> YOUR GOAL: Within the data below, state how many lines contain the string "IFCLOCALPLACEMENT". Provide the number only.

[Dataset records]

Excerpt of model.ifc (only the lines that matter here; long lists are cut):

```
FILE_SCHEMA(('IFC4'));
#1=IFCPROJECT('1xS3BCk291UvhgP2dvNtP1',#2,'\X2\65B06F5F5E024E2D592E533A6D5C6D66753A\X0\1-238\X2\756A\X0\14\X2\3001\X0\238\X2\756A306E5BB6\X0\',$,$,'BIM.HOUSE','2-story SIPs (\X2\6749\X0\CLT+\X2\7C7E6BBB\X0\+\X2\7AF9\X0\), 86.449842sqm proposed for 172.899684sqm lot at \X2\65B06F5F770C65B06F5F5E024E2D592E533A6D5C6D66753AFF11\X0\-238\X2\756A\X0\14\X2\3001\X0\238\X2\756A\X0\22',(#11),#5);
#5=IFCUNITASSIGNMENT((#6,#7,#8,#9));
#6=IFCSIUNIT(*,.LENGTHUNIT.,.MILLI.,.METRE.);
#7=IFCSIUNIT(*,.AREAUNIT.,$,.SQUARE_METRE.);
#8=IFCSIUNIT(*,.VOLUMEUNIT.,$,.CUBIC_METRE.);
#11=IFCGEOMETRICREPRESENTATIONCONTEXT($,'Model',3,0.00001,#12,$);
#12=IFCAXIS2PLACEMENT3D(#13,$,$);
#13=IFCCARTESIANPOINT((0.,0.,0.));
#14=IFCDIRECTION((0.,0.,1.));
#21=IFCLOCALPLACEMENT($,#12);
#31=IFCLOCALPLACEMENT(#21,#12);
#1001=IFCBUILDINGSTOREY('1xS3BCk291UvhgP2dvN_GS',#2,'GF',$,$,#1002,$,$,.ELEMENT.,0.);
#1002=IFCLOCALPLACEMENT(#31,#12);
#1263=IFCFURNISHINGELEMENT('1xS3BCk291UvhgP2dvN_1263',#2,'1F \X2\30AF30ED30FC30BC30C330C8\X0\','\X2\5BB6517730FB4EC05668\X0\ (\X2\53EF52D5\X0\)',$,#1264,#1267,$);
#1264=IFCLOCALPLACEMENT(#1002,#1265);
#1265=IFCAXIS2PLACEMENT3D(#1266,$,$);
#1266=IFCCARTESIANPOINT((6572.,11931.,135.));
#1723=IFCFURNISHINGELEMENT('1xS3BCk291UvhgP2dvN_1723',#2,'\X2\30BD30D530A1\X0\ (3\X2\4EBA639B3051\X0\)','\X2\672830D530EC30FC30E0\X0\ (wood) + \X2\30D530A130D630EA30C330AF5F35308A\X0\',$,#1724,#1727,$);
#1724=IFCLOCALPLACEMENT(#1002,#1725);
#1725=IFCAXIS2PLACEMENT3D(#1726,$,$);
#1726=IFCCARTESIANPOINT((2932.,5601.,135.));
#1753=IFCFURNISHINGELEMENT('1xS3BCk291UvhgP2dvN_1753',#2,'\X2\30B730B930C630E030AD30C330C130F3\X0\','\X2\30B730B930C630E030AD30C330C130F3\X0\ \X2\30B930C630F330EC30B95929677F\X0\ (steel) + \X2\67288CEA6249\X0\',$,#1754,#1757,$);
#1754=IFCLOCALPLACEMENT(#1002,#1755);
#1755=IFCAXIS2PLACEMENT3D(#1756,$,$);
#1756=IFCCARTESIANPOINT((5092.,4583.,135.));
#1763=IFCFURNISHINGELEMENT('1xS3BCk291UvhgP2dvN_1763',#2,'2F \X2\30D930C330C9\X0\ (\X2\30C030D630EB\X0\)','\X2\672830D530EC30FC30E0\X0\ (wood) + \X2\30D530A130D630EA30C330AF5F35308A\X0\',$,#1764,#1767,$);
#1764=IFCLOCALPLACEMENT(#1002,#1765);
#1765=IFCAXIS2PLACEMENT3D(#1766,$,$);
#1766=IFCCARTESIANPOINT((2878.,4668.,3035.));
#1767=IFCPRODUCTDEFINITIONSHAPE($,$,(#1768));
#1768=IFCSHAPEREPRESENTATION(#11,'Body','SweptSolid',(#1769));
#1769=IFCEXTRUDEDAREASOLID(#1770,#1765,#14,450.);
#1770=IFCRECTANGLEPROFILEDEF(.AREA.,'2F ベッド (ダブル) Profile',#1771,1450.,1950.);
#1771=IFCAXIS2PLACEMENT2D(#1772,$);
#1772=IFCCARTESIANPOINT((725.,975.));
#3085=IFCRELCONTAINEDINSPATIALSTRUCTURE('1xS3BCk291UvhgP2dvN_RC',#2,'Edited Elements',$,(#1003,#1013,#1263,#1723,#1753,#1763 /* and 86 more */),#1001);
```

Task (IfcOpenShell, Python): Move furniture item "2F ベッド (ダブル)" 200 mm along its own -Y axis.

```python
import ifcopenshell
import ifcopenshell.api.geometry
import ifcopenshell.util.placement
import ifcopenshell.util.unit

model = ifcopenshell.open("model.ifc")
unit_scale = ifcopenshell.util.unit.calculate_unit_scale(model)

item = model.by_guid("1xS3BCk291UvhgP2dvN_1763")
matrix = ifcopenshell.util.placement.get_local_placement(item.ObjectPlacement)
matrix[:3, 3] -= matrix[:3, 1] * 0.2 / unit_scale
ifcopenshell.api.geometry.edit_object_placement(model, product=item, matrix=matrix, is_si=False)

print(ifcopenshell.util.placement.get_local_placement(item.ObjectPlacement).round(3) + 0.0)

model.write("model_v2.ifc")
```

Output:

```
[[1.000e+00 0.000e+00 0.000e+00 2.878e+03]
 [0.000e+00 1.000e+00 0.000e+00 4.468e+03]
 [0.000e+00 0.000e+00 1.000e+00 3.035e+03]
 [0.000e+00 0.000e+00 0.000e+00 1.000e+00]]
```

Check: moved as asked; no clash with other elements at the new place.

> OUTPUT OF THE EXERCISE: 7